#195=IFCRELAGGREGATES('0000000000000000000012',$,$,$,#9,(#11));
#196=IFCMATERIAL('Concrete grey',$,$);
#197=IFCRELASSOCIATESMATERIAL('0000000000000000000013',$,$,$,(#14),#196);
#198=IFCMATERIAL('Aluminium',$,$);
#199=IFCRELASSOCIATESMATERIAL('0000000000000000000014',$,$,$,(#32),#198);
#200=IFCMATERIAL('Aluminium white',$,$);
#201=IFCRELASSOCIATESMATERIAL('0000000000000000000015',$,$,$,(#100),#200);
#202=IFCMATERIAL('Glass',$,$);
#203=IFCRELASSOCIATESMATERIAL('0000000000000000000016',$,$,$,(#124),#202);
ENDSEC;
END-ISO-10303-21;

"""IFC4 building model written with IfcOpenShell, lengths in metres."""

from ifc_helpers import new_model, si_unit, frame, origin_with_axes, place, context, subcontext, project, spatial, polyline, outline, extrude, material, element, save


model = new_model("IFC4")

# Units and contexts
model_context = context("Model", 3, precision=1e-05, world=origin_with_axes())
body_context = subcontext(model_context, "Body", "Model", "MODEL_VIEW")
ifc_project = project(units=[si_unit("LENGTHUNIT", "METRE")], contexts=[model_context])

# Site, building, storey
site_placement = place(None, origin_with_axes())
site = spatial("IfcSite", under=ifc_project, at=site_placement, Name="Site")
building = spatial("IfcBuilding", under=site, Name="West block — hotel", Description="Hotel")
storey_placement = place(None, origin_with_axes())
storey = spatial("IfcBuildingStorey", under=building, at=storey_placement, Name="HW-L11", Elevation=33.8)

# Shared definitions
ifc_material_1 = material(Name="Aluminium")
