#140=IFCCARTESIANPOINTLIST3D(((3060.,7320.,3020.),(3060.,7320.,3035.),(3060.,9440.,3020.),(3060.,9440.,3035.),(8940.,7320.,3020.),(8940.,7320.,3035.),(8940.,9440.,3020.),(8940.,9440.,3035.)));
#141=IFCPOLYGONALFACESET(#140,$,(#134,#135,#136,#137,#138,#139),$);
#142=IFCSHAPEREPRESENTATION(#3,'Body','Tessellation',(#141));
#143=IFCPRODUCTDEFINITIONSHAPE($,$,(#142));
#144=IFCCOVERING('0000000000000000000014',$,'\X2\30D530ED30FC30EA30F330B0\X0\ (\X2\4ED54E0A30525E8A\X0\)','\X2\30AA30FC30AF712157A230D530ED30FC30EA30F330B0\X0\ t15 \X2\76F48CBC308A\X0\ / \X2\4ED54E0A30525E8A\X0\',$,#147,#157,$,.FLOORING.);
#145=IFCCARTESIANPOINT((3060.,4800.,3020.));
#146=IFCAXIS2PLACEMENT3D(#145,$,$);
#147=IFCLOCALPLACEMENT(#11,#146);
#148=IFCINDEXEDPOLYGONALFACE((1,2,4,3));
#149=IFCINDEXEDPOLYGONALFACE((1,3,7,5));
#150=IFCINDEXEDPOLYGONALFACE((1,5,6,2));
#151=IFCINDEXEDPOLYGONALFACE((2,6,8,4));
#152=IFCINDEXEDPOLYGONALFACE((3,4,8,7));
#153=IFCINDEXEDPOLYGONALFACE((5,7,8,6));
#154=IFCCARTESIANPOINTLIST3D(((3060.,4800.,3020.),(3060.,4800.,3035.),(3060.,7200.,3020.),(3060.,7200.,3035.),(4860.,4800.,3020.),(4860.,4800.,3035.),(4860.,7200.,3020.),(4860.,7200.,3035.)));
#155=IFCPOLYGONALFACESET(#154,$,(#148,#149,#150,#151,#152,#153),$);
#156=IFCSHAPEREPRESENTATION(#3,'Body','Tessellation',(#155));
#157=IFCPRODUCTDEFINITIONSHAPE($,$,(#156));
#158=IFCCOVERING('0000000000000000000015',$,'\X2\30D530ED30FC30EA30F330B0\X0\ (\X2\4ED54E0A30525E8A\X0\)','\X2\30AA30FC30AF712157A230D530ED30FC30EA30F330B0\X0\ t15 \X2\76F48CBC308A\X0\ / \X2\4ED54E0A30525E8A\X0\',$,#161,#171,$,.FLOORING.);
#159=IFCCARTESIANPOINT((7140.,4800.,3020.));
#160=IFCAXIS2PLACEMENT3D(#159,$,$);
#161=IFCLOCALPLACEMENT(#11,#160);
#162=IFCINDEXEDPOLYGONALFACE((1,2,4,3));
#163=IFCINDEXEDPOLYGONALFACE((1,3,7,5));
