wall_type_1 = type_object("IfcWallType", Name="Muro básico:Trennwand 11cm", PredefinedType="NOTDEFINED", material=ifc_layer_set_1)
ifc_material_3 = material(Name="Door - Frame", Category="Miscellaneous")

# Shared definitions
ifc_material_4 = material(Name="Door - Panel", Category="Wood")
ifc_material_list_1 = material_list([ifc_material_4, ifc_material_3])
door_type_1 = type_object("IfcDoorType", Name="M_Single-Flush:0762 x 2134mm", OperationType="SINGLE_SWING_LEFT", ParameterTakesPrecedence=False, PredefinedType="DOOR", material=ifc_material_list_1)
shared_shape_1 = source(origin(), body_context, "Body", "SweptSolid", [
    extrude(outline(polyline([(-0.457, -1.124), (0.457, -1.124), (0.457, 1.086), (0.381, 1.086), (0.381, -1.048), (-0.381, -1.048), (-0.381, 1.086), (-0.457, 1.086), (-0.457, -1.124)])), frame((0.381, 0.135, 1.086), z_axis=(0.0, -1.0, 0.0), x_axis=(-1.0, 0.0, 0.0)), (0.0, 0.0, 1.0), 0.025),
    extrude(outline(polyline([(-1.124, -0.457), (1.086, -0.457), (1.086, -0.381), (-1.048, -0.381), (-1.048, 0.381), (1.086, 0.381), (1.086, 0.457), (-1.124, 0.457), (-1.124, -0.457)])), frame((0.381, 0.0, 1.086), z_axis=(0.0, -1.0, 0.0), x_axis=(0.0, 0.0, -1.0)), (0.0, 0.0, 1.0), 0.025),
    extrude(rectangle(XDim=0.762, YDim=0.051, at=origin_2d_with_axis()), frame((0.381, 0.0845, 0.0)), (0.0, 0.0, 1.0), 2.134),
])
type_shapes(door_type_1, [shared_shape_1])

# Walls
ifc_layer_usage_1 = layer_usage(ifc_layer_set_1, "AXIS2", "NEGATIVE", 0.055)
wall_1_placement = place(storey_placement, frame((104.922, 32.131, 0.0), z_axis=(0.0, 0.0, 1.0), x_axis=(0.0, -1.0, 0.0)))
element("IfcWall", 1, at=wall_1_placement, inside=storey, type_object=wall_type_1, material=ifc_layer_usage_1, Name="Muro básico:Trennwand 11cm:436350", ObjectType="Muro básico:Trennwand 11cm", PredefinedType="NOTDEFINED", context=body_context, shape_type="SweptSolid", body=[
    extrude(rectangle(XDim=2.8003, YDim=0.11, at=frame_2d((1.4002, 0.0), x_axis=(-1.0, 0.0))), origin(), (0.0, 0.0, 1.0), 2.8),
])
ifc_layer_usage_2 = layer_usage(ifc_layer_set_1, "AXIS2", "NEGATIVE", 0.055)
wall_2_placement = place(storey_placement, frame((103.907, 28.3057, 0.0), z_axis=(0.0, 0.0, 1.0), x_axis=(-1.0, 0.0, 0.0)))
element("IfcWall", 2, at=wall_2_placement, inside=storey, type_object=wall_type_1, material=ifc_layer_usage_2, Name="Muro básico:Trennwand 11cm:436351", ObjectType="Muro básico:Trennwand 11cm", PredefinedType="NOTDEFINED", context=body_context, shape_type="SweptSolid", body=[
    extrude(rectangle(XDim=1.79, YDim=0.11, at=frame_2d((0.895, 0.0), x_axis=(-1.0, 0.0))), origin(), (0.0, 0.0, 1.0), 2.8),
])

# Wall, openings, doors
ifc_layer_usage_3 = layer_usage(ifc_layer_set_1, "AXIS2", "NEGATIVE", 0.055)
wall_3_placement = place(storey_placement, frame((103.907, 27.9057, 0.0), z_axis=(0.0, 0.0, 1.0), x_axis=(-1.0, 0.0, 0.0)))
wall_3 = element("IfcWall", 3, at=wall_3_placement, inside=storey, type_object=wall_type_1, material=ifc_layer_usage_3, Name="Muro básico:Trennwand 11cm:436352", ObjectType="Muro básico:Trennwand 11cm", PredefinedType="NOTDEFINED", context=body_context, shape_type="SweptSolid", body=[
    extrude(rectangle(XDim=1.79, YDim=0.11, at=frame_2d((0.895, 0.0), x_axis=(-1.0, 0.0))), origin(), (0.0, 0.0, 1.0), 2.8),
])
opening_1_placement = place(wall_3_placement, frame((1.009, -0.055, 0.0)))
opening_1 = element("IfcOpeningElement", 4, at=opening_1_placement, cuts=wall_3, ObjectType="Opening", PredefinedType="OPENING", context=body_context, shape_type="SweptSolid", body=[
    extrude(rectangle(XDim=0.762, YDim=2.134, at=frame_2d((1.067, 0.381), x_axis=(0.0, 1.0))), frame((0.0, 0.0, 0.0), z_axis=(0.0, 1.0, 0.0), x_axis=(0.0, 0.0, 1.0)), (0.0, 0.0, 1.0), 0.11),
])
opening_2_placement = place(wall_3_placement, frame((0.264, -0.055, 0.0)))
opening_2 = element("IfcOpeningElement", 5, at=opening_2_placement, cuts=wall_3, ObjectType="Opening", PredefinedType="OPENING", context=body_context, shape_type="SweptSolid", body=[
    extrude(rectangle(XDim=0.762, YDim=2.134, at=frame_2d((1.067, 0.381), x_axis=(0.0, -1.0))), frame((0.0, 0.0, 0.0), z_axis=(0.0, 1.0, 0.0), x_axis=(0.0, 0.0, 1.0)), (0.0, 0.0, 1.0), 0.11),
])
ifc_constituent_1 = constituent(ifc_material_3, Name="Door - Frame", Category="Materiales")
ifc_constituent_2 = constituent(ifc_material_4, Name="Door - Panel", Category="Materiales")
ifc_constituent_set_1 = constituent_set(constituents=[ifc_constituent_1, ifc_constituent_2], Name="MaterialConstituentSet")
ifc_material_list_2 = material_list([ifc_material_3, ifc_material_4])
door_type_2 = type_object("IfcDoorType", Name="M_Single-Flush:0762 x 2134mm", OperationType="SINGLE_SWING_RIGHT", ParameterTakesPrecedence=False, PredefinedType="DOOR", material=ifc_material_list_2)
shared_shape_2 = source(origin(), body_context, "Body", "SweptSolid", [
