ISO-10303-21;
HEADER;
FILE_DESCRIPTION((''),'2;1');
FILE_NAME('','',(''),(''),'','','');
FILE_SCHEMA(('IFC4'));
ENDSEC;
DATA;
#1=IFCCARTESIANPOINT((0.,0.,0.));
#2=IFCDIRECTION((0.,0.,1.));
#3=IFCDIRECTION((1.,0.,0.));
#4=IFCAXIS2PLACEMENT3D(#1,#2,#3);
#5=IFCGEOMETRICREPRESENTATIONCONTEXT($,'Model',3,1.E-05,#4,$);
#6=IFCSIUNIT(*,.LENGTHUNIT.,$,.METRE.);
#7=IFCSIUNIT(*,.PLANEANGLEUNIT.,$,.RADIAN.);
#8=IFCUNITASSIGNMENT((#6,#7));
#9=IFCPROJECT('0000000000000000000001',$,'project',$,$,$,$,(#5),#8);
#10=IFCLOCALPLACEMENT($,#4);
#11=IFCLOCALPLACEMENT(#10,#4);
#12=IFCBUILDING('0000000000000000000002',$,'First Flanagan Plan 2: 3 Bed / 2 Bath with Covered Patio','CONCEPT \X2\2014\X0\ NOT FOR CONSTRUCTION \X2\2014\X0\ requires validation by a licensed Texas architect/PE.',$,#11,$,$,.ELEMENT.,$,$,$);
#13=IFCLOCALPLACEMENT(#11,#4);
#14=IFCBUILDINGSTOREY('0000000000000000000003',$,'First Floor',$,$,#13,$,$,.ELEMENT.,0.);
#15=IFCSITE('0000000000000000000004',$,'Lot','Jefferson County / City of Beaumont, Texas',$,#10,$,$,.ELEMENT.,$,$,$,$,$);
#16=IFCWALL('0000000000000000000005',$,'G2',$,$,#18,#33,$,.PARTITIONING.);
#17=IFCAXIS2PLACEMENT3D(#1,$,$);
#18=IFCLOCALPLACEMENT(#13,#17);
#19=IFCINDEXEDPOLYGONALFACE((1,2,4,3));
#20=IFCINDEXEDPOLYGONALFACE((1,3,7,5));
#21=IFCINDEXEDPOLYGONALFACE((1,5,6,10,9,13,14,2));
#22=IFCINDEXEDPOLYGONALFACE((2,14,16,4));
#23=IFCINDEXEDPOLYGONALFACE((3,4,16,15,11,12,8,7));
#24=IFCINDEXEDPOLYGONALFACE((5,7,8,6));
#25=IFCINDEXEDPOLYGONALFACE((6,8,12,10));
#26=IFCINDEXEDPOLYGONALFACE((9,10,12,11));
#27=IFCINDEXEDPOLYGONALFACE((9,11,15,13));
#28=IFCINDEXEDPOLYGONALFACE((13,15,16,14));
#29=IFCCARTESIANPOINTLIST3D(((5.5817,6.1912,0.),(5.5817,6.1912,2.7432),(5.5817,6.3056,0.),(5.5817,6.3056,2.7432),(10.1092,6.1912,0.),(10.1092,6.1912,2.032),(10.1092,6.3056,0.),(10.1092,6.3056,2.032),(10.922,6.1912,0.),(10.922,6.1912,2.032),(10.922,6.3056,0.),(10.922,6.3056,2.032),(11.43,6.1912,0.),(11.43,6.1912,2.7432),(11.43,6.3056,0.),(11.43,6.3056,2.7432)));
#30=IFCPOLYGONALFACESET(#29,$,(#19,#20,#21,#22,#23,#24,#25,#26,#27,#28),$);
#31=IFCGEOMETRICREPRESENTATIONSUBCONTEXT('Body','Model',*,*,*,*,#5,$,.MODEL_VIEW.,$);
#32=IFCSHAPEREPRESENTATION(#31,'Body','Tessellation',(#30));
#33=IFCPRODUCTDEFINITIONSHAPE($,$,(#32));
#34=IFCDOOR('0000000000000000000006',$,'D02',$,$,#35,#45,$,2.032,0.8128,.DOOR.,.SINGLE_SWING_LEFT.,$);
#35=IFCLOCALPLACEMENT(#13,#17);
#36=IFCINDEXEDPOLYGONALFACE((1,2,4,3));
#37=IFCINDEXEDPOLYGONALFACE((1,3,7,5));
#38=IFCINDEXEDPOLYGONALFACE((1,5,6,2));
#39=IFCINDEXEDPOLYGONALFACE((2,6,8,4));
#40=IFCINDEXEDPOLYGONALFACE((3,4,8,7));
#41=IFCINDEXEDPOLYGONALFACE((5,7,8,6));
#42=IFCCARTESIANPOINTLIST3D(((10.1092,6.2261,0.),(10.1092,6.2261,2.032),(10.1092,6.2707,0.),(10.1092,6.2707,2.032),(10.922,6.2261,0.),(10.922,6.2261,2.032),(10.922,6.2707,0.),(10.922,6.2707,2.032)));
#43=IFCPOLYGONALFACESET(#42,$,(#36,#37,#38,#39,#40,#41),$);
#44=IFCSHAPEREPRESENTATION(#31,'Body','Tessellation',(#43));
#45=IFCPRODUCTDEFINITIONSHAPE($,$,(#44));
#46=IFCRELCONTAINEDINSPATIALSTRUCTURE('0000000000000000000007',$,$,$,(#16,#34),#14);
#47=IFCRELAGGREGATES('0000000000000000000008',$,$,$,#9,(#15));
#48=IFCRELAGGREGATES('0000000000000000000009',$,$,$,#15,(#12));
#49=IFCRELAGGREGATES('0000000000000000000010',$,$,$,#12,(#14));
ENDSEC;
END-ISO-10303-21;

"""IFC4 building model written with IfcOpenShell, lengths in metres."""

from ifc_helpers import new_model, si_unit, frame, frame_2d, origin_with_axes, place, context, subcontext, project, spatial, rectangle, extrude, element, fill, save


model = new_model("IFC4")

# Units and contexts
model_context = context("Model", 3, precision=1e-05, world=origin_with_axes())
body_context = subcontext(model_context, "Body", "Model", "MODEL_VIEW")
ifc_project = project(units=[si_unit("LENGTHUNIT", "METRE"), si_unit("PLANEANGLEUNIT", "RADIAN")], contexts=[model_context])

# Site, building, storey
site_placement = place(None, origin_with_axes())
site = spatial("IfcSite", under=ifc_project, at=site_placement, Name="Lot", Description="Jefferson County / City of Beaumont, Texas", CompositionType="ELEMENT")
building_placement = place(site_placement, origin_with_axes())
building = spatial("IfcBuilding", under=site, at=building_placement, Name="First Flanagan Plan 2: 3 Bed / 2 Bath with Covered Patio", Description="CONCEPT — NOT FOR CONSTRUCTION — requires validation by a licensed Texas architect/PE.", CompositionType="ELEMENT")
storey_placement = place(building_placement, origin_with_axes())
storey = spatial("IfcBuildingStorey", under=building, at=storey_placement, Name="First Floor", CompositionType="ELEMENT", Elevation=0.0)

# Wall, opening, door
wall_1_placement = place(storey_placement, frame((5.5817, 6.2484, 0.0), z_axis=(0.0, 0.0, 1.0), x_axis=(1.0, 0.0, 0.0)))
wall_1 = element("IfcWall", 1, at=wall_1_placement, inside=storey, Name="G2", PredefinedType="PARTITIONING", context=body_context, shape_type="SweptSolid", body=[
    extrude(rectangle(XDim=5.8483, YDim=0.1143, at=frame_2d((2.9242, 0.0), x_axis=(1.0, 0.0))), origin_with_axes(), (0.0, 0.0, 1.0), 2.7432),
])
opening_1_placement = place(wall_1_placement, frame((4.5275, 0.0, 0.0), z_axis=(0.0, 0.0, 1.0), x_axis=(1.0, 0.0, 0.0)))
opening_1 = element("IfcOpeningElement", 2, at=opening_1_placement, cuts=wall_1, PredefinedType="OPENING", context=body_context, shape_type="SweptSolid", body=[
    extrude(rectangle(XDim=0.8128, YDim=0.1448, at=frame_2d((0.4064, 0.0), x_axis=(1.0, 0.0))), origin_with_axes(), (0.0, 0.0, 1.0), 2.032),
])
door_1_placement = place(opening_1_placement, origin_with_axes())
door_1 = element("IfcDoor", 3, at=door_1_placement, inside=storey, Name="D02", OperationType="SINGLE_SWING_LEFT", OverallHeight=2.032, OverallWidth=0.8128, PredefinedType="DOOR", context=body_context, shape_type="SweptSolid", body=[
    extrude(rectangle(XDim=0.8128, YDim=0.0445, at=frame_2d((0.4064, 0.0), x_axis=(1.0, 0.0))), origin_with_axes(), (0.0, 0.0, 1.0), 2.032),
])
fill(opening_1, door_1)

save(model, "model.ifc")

----

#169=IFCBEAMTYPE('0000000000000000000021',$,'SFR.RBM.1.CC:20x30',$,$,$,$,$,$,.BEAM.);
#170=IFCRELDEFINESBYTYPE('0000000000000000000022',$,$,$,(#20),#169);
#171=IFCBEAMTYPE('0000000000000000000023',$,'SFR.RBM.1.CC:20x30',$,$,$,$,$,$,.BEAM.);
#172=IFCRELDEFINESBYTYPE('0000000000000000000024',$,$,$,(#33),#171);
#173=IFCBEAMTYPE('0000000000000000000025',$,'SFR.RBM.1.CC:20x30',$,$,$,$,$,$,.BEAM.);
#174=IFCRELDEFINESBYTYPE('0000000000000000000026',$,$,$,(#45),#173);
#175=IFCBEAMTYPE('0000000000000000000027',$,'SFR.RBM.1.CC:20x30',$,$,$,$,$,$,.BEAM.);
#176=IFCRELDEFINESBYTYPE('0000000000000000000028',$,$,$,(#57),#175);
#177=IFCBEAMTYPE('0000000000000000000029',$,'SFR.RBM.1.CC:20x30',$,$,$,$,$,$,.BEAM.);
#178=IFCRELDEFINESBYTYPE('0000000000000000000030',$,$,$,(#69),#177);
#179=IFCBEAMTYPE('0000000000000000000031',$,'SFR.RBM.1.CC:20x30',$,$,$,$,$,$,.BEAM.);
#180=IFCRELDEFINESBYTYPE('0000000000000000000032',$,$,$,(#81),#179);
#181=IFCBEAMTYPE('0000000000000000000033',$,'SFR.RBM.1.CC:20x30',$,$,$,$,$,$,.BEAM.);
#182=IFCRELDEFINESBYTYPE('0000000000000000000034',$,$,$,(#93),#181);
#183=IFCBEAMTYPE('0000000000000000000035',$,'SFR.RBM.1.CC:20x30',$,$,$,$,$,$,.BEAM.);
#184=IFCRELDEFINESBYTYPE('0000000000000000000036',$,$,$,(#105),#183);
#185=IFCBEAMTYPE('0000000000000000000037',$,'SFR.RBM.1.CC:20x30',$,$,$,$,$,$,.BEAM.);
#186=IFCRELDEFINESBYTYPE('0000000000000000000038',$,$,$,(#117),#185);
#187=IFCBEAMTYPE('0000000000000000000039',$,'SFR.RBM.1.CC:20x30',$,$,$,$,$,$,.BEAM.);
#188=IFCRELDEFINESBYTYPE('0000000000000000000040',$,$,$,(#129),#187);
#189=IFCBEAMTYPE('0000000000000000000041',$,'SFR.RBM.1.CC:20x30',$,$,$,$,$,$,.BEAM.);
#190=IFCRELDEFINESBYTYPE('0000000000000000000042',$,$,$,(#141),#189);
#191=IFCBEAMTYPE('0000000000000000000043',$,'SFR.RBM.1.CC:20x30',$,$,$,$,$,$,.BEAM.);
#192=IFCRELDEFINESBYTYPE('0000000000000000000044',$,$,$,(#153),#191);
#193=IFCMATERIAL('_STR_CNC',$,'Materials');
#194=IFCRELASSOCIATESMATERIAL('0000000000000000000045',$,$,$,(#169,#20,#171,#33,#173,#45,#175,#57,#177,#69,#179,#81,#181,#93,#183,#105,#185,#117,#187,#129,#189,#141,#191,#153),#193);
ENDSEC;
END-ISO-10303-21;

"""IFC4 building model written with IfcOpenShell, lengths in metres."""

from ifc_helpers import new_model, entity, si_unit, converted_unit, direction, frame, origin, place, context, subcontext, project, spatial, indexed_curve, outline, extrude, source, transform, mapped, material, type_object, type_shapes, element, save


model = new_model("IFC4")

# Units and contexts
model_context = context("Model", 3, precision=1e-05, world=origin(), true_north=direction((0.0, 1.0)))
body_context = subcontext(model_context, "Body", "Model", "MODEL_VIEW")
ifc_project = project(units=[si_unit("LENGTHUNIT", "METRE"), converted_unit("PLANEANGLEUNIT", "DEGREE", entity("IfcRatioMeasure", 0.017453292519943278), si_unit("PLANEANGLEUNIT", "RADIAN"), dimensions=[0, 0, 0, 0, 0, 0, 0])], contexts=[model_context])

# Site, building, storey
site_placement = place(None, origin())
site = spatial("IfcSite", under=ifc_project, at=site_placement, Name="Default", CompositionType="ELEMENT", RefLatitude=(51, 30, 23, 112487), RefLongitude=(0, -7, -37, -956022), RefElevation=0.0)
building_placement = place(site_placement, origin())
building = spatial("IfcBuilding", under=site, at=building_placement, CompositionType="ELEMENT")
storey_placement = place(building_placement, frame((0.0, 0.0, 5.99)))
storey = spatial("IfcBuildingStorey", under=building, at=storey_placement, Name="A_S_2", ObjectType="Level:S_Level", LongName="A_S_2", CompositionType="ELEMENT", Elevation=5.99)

----

What you are asked to do >> Each line in the entries above, starting at the line with "#19=IFCINDEXEDPOLYGONALFACE((1,2,4,3));" and ending at the line with "#28=IFCINDEXEDPOLYGONALFACE((13,15,16,14));", is to be printed exactly, and only those lines.

Exercise answer >>
#19=IFCINDEXEDPOLYGONALFACE((1,2,4,3));
#20=IFCINDEXEDPOLYGONALFACE((1,3,7,5));
#21=IFCINDEXEDPOLYGONALFACE((1,5,6,10,9,13,14,2));
#22=IFCINDEXEDPOLYGONALFACE((2,14,16,4));
#23=IFCINDEXEDPOLYGONALFACE((3,4,16,15,11,12,8,7));
#24=IFCINDEXEDPOLYGONALFACE((5,7,8,6));
#25=IFCINDEXEDPOLYGONALFACE((6,8,12,10));
#26=IFCINDEXEDPOLYGONALFACE((9,10,12,11));
#27=IFCINDEXEDPOLYGONALFACE((9,11,15,13));
#28=IFCINDEXEDPOLYGONALFACE((13,15,16,14));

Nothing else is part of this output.